Stored data entries
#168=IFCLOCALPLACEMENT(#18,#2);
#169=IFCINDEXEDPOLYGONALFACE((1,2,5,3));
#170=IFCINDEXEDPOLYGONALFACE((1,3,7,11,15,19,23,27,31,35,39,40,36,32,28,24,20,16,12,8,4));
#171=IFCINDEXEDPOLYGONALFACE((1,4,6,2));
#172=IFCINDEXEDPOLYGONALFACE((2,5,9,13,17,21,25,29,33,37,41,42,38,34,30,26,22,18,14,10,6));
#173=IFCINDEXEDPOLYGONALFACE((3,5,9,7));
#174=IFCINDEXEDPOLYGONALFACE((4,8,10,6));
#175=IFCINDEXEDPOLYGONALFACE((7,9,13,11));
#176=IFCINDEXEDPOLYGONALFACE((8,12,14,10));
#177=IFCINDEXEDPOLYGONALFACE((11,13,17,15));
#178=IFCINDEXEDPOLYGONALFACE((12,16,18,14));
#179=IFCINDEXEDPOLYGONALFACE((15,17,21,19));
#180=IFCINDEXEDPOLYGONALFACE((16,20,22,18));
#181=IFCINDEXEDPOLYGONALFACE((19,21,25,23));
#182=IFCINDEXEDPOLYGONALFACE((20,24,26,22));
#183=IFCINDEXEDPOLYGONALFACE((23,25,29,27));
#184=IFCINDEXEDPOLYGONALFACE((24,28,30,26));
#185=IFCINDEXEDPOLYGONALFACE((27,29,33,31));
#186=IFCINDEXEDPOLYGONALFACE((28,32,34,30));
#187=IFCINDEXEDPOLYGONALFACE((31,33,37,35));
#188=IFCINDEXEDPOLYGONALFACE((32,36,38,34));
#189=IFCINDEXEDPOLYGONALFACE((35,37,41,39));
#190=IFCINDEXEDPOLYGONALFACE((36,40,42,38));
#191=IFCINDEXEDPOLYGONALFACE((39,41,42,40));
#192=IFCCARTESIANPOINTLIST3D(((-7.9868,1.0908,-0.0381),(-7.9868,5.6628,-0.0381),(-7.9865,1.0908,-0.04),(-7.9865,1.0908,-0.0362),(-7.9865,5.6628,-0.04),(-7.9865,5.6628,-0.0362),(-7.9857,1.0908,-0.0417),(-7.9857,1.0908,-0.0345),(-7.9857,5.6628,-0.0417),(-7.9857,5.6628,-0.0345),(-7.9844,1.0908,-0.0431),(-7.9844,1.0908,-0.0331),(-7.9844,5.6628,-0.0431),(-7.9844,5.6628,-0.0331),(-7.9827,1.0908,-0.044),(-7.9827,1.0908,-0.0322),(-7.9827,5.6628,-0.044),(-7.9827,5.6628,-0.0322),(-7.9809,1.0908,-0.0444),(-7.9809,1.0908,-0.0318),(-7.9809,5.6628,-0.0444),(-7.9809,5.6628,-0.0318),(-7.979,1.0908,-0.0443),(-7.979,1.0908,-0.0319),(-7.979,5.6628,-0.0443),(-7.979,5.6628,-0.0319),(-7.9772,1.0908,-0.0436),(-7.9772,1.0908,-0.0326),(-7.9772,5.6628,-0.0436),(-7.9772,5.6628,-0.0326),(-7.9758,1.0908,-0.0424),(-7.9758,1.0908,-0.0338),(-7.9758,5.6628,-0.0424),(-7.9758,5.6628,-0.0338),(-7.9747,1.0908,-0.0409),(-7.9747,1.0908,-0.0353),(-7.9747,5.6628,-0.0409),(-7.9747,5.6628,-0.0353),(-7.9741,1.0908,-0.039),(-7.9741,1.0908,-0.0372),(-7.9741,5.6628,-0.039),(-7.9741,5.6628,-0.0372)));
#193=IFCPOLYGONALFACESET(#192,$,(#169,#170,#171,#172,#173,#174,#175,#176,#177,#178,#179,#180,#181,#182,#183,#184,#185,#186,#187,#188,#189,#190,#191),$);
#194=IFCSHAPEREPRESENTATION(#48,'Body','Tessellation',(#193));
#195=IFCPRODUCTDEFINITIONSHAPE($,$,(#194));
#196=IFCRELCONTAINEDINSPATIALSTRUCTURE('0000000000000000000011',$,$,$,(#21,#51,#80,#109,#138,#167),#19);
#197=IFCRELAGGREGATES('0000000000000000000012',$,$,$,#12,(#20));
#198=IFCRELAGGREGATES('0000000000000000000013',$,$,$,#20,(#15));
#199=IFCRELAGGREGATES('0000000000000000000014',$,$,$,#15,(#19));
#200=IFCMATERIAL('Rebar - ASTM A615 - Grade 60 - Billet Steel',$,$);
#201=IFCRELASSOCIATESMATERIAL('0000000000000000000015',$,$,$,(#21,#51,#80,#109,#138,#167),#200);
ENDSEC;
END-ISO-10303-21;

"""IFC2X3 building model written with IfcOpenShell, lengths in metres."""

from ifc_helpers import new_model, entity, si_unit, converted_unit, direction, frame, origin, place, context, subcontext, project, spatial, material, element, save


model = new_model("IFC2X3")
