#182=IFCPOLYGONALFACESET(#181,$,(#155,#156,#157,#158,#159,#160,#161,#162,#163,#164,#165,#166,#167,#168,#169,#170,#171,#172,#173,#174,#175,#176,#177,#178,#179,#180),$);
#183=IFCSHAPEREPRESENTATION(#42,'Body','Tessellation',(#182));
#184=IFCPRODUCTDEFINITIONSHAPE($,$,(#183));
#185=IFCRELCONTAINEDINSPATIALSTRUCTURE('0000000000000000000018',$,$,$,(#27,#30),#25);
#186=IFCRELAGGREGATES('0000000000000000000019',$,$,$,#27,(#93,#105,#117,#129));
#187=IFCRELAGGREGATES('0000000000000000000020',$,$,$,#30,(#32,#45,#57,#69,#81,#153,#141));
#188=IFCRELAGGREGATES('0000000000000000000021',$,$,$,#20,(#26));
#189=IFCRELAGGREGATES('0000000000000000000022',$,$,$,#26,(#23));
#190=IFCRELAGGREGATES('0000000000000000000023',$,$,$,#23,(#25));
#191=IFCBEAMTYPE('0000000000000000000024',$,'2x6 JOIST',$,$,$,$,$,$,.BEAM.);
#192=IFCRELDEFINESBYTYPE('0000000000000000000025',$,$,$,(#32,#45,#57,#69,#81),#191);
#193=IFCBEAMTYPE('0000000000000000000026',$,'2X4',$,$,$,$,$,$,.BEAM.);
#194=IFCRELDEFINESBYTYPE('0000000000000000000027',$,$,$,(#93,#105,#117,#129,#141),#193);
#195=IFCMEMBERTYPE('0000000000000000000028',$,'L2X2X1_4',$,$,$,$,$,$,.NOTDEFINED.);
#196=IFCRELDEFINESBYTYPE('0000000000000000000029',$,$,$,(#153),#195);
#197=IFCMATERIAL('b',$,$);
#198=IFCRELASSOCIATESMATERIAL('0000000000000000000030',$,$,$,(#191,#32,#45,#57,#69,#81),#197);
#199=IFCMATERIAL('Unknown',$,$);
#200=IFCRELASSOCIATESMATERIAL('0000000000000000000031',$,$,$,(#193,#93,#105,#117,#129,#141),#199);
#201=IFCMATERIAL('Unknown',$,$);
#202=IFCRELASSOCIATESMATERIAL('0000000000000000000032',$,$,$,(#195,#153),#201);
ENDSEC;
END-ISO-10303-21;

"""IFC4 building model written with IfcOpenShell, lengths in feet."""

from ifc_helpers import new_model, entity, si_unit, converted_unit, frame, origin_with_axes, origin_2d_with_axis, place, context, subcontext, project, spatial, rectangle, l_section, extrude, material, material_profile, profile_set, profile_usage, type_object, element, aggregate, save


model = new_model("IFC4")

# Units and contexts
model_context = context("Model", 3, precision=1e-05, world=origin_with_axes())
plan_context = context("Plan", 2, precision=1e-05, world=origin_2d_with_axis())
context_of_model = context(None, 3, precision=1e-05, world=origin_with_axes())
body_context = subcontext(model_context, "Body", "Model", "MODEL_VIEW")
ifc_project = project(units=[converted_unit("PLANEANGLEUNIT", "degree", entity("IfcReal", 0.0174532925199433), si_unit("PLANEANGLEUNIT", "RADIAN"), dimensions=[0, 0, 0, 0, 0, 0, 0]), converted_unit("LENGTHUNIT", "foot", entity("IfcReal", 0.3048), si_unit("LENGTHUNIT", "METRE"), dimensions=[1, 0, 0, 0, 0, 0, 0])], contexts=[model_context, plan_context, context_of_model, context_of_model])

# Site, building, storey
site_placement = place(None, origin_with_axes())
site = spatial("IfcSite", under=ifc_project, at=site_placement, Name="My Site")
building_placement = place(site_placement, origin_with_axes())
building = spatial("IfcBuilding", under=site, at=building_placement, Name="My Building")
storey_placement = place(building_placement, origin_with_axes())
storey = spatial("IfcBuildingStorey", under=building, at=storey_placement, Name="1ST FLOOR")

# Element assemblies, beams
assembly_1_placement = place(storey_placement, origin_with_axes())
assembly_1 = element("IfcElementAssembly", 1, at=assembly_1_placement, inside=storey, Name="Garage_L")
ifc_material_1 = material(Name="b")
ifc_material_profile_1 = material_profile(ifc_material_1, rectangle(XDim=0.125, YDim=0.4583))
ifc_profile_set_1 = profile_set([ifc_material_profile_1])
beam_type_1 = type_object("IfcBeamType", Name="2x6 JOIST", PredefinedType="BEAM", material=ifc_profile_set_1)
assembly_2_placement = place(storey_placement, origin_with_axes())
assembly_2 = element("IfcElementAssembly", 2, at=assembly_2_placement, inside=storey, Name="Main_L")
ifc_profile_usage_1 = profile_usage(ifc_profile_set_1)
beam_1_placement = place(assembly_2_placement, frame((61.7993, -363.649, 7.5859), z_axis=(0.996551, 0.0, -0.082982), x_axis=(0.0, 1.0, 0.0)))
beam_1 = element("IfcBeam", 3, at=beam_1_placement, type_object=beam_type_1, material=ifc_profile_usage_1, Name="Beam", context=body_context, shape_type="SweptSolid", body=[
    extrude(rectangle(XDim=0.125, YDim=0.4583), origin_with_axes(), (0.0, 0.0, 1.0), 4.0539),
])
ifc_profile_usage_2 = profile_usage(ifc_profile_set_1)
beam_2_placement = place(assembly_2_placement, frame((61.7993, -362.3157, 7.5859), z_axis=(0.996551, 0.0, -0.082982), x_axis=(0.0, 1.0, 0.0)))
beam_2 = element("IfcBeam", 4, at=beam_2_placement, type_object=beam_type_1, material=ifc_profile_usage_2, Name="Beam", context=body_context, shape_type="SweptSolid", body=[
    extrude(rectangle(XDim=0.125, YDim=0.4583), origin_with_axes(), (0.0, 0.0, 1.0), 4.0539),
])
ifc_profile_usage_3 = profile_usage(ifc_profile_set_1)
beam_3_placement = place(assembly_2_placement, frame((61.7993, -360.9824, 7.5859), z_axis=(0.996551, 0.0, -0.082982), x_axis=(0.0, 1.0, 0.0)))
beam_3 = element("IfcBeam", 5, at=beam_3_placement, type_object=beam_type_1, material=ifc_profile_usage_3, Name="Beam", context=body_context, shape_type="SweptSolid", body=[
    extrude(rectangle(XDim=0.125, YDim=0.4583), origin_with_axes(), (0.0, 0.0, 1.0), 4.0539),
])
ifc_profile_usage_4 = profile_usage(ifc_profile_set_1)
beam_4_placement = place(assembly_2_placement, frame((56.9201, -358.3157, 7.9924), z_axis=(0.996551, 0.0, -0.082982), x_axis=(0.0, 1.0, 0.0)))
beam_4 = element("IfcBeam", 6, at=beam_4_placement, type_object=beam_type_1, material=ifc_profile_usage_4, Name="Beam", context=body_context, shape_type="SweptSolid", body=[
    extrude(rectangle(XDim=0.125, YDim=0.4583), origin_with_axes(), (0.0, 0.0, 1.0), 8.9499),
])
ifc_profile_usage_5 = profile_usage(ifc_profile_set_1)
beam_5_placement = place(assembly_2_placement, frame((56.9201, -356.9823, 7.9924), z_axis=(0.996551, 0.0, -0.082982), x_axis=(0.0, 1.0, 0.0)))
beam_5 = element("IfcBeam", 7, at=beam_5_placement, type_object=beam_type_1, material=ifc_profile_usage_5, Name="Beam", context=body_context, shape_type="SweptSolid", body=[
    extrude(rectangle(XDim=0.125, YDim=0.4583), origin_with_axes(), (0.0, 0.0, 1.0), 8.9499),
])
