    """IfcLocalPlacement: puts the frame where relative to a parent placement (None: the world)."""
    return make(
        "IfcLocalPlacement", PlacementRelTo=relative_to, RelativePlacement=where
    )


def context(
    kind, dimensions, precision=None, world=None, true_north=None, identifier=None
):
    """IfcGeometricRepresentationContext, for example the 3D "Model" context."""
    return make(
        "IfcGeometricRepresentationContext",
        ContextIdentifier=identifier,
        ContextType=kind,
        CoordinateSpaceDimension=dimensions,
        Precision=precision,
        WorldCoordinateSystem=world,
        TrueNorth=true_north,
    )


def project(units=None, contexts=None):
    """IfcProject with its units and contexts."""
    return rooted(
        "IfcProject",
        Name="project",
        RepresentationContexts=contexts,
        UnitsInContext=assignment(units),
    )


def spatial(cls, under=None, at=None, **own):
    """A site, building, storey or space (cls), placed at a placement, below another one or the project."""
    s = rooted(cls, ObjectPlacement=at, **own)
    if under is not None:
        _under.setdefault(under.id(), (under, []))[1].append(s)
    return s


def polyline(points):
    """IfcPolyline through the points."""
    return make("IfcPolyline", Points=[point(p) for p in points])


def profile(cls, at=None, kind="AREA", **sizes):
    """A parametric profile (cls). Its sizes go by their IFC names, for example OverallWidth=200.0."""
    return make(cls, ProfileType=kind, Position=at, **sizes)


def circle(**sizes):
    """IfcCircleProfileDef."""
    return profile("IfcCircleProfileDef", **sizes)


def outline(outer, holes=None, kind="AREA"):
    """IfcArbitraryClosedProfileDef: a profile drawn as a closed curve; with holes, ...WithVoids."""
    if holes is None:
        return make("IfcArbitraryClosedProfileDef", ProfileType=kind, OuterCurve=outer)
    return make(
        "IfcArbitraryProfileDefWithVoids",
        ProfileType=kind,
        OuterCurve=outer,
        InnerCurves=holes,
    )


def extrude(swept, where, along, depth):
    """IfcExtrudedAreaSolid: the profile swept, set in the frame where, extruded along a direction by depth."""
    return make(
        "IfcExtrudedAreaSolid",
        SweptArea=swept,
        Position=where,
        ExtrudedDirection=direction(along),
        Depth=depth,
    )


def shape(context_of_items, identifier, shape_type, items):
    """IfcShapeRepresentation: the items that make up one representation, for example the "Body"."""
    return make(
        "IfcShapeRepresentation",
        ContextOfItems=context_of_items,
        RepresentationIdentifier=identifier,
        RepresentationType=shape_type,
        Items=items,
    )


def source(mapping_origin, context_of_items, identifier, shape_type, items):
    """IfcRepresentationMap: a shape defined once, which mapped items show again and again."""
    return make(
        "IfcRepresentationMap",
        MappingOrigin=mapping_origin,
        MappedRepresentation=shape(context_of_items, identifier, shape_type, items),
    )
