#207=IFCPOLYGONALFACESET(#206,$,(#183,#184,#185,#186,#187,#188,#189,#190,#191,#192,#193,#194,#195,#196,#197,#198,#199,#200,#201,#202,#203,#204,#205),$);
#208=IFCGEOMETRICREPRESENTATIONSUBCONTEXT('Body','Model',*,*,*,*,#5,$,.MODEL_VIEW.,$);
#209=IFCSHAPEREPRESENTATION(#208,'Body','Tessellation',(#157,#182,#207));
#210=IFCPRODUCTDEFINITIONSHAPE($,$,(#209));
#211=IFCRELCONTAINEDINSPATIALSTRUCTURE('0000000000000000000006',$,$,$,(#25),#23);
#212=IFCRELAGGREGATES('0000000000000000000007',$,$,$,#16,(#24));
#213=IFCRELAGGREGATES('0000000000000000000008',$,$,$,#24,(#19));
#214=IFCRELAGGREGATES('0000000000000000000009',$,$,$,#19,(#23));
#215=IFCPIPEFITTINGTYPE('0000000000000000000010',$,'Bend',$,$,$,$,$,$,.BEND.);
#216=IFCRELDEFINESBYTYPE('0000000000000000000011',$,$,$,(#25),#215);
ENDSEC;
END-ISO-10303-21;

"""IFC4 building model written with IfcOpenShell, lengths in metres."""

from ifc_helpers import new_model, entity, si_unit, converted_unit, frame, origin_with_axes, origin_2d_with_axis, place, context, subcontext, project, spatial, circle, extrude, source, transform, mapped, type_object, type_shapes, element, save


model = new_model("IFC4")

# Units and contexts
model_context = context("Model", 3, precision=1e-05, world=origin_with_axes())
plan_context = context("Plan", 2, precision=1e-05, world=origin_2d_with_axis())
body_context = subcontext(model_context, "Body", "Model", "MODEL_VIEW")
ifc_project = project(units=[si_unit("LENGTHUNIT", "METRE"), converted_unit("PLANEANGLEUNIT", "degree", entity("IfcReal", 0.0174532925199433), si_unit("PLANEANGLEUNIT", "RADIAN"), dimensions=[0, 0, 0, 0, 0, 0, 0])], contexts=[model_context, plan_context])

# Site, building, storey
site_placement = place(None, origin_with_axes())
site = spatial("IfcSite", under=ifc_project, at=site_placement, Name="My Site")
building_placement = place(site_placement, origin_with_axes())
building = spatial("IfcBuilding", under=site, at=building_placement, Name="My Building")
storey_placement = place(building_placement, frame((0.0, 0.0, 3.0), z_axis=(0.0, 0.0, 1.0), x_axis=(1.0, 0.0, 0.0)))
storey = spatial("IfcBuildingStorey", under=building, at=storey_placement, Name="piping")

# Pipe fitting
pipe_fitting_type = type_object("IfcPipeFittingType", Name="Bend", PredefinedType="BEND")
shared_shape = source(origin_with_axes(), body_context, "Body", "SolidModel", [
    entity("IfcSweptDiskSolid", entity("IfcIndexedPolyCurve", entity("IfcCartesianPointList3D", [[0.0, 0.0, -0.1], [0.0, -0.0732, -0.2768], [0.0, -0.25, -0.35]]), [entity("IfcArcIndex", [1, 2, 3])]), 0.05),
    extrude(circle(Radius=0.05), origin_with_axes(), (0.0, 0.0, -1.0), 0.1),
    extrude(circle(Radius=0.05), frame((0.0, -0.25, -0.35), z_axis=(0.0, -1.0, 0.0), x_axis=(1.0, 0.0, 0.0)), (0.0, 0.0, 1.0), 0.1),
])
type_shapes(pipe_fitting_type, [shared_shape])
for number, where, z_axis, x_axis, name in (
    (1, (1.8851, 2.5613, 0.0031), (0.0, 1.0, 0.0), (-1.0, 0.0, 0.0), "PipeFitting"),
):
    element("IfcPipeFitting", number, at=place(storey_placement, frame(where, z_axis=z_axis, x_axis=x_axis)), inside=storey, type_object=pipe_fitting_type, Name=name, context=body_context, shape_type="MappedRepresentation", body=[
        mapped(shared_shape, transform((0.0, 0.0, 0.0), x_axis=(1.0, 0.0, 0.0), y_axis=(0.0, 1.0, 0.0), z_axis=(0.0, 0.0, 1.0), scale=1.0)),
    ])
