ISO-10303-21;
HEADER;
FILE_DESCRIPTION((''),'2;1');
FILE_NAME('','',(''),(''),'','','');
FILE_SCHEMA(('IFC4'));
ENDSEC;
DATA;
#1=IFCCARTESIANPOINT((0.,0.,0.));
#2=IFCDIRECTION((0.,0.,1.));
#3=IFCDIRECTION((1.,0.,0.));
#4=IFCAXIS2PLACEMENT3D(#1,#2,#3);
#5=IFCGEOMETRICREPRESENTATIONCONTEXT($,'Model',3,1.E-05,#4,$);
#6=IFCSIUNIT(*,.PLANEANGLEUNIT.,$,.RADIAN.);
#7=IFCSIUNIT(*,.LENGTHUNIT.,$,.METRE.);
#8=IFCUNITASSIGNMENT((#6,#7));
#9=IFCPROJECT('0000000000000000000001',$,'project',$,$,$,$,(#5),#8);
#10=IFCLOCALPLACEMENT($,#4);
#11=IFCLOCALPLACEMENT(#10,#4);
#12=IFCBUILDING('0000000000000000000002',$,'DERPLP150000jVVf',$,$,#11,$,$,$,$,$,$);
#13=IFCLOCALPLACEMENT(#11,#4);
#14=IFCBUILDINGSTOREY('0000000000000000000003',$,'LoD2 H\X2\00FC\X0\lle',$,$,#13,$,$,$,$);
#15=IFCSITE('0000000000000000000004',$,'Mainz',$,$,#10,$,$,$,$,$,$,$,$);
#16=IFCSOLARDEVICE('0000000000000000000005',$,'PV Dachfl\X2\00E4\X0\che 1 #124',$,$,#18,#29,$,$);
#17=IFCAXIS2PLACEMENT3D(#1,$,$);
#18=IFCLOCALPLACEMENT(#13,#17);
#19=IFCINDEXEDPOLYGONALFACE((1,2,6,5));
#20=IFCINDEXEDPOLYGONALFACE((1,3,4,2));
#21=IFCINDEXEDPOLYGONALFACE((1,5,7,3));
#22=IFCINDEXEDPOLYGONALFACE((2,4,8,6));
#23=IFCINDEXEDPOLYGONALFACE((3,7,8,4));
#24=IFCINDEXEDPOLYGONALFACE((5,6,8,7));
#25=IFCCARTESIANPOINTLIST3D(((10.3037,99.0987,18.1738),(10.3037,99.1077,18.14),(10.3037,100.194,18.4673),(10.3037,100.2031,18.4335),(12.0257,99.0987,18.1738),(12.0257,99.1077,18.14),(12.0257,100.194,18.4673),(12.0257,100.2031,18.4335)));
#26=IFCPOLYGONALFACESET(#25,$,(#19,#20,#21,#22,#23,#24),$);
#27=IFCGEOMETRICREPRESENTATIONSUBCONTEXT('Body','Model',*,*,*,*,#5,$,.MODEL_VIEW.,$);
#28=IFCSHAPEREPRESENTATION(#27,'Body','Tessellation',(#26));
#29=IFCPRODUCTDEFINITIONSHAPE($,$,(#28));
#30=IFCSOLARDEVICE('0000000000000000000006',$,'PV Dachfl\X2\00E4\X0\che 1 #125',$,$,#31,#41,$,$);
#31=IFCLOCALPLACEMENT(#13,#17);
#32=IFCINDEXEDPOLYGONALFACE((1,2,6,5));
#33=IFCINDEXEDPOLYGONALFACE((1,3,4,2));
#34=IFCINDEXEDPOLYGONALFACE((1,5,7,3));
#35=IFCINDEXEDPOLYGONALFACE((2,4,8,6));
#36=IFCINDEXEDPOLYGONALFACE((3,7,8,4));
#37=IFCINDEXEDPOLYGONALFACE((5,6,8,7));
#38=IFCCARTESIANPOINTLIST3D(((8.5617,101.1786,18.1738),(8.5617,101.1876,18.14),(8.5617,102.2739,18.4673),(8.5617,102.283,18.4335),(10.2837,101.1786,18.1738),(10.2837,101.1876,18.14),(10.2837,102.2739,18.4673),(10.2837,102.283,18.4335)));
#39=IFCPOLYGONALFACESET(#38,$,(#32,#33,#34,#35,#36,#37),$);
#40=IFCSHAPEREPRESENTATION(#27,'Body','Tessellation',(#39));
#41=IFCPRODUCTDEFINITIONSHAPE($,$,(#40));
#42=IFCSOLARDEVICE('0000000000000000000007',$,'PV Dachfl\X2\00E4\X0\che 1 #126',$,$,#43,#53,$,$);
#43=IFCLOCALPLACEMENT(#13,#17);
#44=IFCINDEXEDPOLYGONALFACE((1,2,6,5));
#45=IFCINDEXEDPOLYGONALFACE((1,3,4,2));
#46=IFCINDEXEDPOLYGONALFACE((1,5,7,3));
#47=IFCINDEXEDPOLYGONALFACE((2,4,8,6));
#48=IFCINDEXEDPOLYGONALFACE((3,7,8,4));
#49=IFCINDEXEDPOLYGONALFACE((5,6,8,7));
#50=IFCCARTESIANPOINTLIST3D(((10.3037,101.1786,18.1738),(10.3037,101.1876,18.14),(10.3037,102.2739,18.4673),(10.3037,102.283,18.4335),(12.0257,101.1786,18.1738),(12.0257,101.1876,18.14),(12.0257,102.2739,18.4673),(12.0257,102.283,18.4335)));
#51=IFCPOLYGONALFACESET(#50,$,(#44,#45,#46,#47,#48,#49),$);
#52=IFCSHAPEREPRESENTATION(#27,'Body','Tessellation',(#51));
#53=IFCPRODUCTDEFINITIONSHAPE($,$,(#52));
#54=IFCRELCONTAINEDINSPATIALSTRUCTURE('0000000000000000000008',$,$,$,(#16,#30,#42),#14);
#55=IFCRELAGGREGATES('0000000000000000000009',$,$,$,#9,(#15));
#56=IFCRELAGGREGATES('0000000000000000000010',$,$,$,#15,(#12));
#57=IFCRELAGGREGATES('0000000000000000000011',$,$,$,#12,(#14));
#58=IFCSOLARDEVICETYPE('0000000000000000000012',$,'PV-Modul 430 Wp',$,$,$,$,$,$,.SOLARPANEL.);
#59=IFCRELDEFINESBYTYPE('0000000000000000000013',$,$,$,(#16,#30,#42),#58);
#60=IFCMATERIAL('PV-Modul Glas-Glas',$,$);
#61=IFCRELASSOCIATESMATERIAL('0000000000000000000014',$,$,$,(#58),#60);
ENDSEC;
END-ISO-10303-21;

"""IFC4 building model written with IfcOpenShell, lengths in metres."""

from ifc_helpers import new_model, si_unit, frame, frame_2d, origin, origin_with_axes, place, context, subcontext, project, spatial, rectangle, extrude, source, transform, mapped, material, type_object, type_shapes, element, save


model = new_model("IFC4")

# Units and contexts
model_context = context("Model", 3, precision=1e-05, world=origin_with_axes())
body_context = subcontext(model_context, "Body", "Model", "MODEL_VIEW")
ifc_project = project(units=[si_unit("PLANEANGLEUNIT", "RADIAN"), si_unit("LENGTHUNIT", "METRE")], contexts=[model_context])

# Site, building, storey
site_placement = place(None, origin_with_axes())
site = spatial("IfcSite", under=ifc_project, at=site_placement, Name="Mainz")
building_placement = place(site_placement, origin_with_axes())
building = spatial("IfcBuilding", under=site, at=building_placement, Name="DERPLP150000jVVf")
storey_placement = place(building_placement, origin_with_axes())
storey = spatial("IfcBuildingStorey", under=building, at=storey_placement, Name="LoD2 Hülle")

# Solar devices
ifc_material = material(Name="PV-Modul Glas-Glas")
solar_device_type = type_object("IfcSolarDeviceType", Name="PV-Modul 430 Wp", PredefinedType="SOLARPANEL", material=ifc_material)
shared_shape = source(origin_with_axes(), body_context, "Body", "SweptSolid", [
    extrude(rectangle(XDim=1.722, YDim=1.134, at=frame_2d((0.861, 0.567))), origin(), (0.0, 0.0, 1.0), 0.035),
])
type_shapes(solar_device_type, [shared_shape])
for number, where, z_axis, x_axis, name in (
    (1, (10.3037, 99.1077, 18.14), (0.0, -0.258819, 0.965926), (1.0, 0.0, 0.0), "PV Dachfläche 1 #124"),
    (2, (8.5617, 101.1876, 18.14), (0.0, -0.258819, 0.965926), (1.0, 0.0, 0.0), "PV Dachfläche 1 #125"),
    (3, (10.3037, 101.1876, 18.14), (0.0, -0.258819, 0.965926), (1.0, 0.0, 0.0), "PV Dachfläche 1 #126"),
):
    element("IfcSolarDevice", number, at=place(storey_placement, frame(where, z_axis=z_axis, x_axis=x_axis)), inside=storey, type_object=solar_device_type, Name=name, context=body_context, shape_type="MappedRepresentation", body=[
        mapped(shared_shape, transform((0.0, 0.0, 0.0), x_axis=(1.0, 0.0, 0.0), y_axis=(0.0, 1.0, 0.0), z_axis=(0.0, 0.0, 1.0), scale=1.0)),
    ])

save(model, "model.ifc")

▶ _Exercise description_
Report, from the entries above, each line where "IfcReal" is found.

▶ _Problem solution_
ifc_project = project(units=[converted_unit("PLANEANGLEUNIT", "degree", entity("IfcReal", 0.0174532925199433), si_unit("PLANEANGLEUNIT", "RADIAN"), dimensions=[0, 0, 0, 0, 0, 0, 0]), converted_unit("LENGTHUNIT", "foot", entity("IfcReal", 0.3048), si_unit("LENGTHUNIT", "METRE"), dimensions=[1, 0, 0, 0, 0, 0, 0])], contexts=[model_context, plan_context, context_of_model, context_of_model])
ifc_project = project(units=[si_unit("LENGTHUNIT", "METRE"), converted_unit("PLANEANGLEUNIT", "degree", entity("IfcReal", 0.0174532925199433), si_unit("PLANEANGLEUNIT", "RADIAN"), dimensions=[0, 0, 0, 0, 0, 0, 0])], contexts=[model_context, plan_context])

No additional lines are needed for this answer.